I was finally where I needed to be. Safe, and reminded once again: in Mexico, the predators are real—but so is the kindness. You just have to get through one to find the other.

The check-in felt like an airline counter—pleasant but complicated. It turned out the reservation I thought I’d made through Expedia hadn’t gone through. What I thought was an email from them acknowledging that the reservation hadn't been made was instead from the hotel. Still, I had already paid for one night, and she was able to add the next three without a problem.

I kept thinking, This is kind of expensive, but when I saw the bill—MX$1,300 per night—I had to laugh. For a clean, modern hotel with bellboys, working Wi-Fi, and a perfect location behind the cathedral, it was a bargain. It came out to about $70 USD. There are cheaper hotels, but not many that feel this solid.

I took the elevator to my room. Still a little rattled, I tried to get the TV going. Took me thirty minutes just to connect the Wi-Fi and enter the password with the remote. In the end, I streamed a show on my laptop. I fell asleep around midnight and slept well enough—until 6 a.m., when my body told me that was that.

In the light of day I reflected on my $35 taxi ride, that I paid $20 for and it was just funny and a lesson, be vigilant; I don't have this down perfectly yet. The whole taxi scam cost me $10 extra. That’s it. A $10 lesson in humility. Not my first. Probably not my last.
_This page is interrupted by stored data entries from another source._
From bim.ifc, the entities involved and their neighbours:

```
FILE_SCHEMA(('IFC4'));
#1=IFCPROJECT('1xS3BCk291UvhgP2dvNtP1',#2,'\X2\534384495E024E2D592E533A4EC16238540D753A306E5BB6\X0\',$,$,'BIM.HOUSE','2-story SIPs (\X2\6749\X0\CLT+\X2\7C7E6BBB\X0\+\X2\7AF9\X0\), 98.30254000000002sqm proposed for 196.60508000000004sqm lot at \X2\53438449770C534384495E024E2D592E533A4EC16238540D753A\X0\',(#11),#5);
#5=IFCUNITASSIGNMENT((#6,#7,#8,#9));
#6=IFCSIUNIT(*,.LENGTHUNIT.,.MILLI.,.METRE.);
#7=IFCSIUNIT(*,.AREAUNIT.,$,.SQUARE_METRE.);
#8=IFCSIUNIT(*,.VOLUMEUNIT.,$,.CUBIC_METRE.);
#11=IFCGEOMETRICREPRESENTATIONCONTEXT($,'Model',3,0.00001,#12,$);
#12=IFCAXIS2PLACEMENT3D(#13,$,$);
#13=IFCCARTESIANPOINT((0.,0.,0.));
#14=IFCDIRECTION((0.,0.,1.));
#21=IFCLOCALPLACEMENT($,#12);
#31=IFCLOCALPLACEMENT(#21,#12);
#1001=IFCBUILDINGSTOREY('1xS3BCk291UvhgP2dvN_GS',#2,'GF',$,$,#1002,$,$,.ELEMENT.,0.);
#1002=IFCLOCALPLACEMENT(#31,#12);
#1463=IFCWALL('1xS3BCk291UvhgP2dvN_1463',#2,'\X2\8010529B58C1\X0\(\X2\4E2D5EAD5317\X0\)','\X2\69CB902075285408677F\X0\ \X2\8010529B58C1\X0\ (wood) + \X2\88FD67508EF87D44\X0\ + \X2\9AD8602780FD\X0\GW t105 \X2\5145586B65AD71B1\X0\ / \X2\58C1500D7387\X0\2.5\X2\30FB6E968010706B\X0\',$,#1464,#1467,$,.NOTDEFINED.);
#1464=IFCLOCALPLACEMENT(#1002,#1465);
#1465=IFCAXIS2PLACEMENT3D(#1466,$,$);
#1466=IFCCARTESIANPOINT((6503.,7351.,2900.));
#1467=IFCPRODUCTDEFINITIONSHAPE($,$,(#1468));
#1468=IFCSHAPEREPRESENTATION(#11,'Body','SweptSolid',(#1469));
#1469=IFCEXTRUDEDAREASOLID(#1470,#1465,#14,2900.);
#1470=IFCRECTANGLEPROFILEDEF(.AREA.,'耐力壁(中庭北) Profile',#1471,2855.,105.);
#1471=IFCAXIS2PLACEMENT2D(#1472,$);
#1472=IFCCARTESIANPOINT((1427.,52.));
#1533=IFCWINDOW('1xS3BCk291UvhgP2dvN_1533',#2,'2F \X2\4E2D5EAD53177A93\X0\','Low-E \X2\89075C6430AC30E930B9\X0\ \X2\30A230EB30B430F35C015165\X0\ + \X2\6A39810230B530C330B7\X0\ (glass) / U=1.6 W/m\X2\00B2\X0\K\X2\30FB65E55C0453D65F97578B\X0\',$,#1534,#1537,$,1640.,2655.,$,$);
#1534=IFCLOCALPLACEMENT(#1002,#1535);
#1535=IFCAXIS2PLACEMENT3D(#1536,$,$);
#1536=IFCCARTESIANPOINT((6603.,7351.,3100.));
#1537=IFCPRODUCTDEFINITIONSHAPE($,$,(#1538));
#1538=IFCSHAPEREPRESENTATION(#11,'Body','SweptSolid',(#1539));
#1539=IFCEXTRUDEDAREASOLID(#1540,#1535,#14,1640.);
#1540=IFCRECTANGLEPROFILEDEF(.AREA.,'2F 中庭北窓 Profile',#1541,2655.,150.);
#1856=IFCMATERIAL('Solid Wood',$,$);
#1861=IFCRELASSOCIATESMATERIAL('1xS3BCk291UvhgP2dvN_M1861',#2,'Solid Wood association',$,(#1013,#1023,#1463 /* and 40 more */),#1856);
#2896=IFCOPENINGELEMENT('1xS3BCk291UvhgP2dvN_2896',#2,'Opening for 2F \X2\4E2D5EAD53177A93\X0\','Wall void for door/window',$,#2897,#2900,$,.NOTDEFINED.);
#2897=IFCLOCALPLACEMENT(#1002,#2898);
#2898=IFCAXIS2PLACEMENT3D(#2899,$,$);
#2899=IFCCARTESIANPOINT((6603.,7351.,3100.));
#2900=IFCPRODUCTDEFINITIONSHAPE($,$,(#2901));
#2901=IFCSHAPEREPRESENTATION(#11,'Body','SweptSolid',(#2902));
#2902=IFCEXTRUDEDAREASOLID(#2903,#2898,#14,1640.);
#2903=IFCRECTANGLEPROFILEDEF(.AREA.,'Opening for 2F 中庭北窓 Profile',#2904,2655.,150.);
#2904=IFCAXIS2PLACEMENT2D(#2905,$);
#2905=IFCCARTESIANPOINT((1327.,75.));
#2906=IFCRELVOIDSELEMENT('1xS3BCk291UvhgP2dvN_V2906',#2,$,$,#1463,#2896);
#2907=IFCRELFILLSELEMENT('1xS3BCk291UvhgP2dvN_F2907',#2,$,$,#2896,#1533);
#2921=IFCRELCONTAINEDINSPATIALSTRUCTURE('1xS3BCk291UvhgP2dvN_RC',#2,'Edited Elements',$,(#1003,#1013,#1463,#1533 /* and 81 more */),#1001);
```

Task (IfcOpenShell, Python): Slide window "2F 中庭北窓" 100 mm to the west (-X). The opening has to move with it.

```python
import ifcopenshell
import ifcopenshell.api.geometry
import ifcopenshell.util.placement

model = ifcopenshell.open("bim.ifc")

window = model.by_guid("1xS3BCk291UvhgP2dvN_1533")
opening = window.FillsVoids[0].RelatingOpeningElement
wall = opening.VoidsElements[0].RelatingBuildingElement

wall_matrix = ifcopenshell.util.placement.get_local_placement(wall.ObjectPlacement)
shift = wall_matrix[:3, 0] * -100.0
before = ifcopenshell.util.placement.get_local_placement(window.ObjectPlacement)[:3, 3].copy()

# The window is not placed relative to its opening, so move both.
for product in (opening, window):
    matrix = ifcopenshell.util.placement.get_local_placement(product.ObjectPlacement)
    matrix[:3, 3] += shift
    ifcopenshell.api.geometry.edit_object_placement(model, product=product, matrix=matrix, is_si=False)

after = ifcopenshell.util.placement.get_local_placement(window.ObjectPlacement)[:3, 3]
print("window moved by", (after - before).round(3) + 0.0)

model.write("bim_rev.ifc")
```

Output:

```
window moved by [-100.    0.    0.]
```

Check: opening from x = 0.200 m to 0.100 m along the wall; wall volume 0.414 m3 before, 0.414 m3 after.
It reminded me of Puerto Vallarta, back in 1995—a $3 taxi ride that cost me $38. These guys have been around forever. The “luxury taxi” lie. The fast talk. The phone with the “rate” they never actually show you. The fake friendliness. They know how to spot a tired traveler.

When I refused his ridiculous fare, he got defensive. “It’s the night rate,” he said. Supposedly, everything doubles after 10 p.m. The meter doesn’t exist. The rate’s on his phone. Trust him. Only—it wasn’t 10 p.m. And I never saw the phone. Arguing with a petty thief over the exact amount of the theft felt pointless.

In the end, I paid MX$400, got my bag back, walked 15 minutes, and got some fresh air. I figure I paid an expensive but normal $10 for the ride, $10 for the lesson, and got a little exercise and night sightseeing to go with it.

We’re all God’s children doing our best—even Pepe the ladróncito.

I no longer pray for ladróncitos to burn in hell. I just pray that one day they have a spiritual awakening.